Lamb's Players Theatre presented the local premiere of the play a dozen years
ago, and I never quite got it out of my mind. Now, the company has decided to
revisit the piece to entertain and inform a whole new generation. Even if the
message gets heavy-handed at times, it's well worth hearing. But for genes and
other accidents of fate, these guys could be you or me. They're not to be
shunned, ridiculed or taken advantage of, all of which happens in the play..
but treated with dignity, just as they try, in sometimes feeble ways, to
conduct their lives. Norman even has a girlfriend, Sheila, played with
stuffy-nosed sweetness by Deborah Gilmour-Smyth. It's that pairing, of Robert
and Deborah Smyth, that broke my heart the first time I saw the show. In one
scene, during a weekly dance, they get up and shuffle as best they can. Then
the lights dim, and they're transformed into the graceful waltzers they see
themselves as, or could be. It was a magical moment.
It's clear that
the players have spent a good deal of time with disabled folks; all the moves,
the hand positioning, the awkwardness are perfectly in place. Kerry Meads has
directed with a beautiful blend of humor and sensitivity. All the actors are
wonderful, but Robert Smyth is outstanding as Norman, who says "Oh
boy!" whenever life becomes overwhelming or unpredictable, which is pretty
often. Paul Maley's nervous, obsessive Arnold is spot-on, and Keith Jefferson
widens his eyes and contorts his handsome face to inhabit Lucien, the most
simple and childlike of the bunch. Nick Cordileone is credible and then
catatonic as schizophrenic Barry. Jon Lorenz is solid and believable as the
good-hearted but put-upon Jack. There's solid work in the smaller roles, too.

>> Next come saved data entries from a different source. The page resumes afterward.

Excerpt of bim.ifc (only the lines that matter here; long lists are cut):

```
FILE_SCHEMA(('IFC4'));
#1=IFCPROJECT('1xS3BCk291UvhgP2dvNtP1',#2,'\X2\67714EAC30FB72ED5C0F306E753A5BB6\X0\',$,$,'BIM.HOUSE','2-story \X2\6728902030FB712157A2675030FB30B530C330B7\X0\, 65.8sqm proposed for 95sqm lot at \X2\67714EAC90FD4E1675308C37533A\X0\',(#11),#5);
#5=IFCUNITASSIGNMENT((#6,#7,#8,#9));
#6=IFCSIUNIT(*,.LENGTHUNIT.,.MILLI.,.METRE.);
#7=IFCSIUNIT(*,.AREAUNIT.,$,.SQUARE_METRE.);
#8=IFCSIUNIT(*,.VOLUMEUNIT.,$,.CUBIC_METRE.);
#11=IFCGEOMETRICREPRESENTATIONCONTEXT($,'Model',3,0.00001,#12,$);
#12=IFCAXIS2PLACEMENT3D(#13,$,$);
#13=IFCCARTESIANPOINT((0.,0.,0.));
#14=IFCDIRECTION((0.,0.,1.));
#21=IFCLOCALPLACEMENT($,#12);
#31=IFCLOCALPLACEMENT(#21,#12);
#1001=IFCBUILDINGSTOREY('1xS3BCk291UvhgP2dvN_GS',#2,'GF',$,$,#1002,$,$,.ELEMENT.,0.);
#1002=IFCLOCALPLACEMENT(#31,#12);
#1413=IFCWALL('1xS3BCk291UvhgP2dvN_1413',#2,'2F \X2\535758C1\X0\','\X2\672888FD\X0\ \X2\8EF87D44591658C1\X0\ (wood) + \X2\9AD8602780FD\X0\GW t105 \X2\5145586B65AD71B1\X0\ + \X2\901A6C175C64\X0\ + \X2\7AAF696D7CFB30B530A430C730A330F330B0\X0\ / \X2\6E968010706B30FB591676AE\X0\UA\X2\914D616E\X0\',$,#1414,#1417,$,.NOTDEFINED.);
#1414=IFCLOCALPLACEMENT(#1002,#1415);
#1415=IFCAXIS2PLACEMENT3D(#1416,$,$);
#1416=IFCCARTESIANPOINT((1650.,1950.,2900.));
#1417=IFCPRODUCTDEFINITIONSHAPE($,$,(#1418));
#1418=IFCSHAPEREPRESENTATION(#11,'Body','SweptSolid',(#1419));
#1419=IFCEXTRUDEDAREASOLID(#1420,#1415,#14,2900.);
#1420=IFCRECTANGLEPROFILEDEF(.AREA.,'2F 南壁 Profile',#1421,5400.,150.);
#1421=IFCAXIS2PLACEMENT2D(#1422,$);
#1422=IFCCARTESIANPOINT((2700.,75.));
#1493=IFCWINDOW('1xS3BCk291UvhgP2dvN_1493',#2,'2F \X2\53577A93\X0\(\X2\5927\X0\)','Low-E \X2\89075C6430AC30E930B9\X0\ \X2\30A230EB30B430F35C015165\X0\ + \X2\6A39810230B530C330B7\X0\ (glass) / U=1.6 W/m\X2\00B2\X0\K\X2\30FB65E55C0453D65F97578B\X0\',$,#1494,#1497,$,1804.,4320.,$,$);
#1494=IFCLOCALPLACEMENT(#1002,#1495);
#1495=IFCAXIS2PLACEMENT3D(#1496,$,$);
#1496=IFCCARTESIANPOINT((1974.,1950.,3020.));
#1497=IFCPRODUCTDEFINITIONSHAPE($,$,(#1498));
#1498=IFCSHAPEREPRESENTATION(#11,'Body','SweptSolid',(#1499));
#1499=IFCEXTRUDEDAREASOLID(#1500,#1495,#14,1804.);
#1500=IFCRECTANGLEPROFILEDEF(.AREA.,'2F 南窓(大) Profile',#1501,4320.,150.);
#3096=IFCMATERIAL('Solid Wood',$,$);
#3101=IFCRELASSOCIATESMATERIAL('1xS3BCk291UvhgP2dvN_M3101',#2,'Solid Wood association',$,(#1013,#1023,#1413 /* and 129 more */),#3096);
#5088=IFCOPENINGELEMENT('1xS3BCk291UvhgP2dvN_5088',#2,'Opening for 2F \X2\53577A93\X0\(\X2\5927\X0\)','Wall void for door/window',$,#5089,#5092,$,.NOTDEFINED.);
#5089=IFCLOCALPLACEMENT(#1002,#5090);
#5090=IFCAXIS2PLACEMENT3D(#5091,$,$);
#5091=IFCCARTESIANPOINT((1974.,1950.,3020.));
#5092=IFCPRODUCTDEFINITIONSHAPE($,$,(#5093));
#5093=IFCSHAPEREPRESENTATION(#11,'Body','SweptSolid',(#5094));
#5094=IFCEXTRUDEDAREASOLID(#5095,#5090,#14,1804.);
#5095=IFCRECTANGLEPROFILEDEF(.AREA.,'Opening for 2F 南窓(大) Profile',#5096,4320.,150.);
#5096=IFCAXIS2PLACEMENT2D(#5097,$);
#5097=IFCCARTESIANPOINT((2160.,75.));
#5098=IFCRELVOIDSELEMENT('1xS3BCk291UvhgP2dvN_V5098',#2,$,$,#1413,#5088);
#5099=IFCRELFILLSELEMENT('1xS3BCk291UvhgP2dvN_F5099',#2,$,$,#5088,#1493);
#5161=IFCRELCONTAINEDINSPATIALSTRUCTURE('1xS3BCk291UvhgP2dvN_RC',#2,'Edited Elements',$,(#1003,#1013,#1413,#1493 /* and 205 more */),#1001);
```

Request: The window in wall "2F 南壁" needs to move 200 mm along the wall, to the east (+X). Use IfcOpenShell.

```python
import ifcopenshell
import ifcopenshell.api.geometry
import ifcopenshell.util.placement
import ifcopenshell.util.unit

model = ifcopenshell.open("bim.ifc")
unit_scale = ifcopenshell.util.unit.calculate_unit_scale(model)

window = model.by_id(1493)
opening = window.FillsVoids[0].RelatingOpeningElement
wall = opening.VoidsElements[0].RelatingBuildingElement

wall_matrix = ifcopenshell.util.placement.get_local_placement(wall.ObjectPlacement)
shift = wall_matrix[:3, 0] * 0.2 / unit_scale
before = ifcopenshell.util.placement.get_local_placement(window.ObjectPlacement)[:3, 3].copy()

# The window is not placed relative to its opening, so move both.
for product in (opening, window):
    matrix = ifcopenshell.util.placement.get_local_placement(product.ObjectPlacement)
    matrix[:3, 3] += shift
    ifcopenshell.api.geometry.edit_object_placement(model, product=product, matrix=matrix, is_si=False)

after = ifcopenshell.util.placement.get_local_placement(window.ObjectPlacement)[:3, 3]
print("window moved by", (after - before).round(3) + 0.0)

model.write("bim-out.ifc")
```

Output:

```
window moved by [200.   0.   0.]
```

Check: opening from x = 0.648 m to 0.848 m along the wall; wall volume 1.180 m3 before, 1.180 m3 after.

But I miss that waltz; this time, when the lights change for the dream
sequence, the Smyths do some swing-turns, but there's none of the
Astaire-Rodgers elegance that made it so heart-wrenching before. After all the
laughs and goofy screwups, the play manages to touch us at the core: we feel
empathy, sympathy, sadness, guilt -- and humble gratitude, too.
I'm Pat Launer, for KPBS news.
©2003
Patté Productions Inc.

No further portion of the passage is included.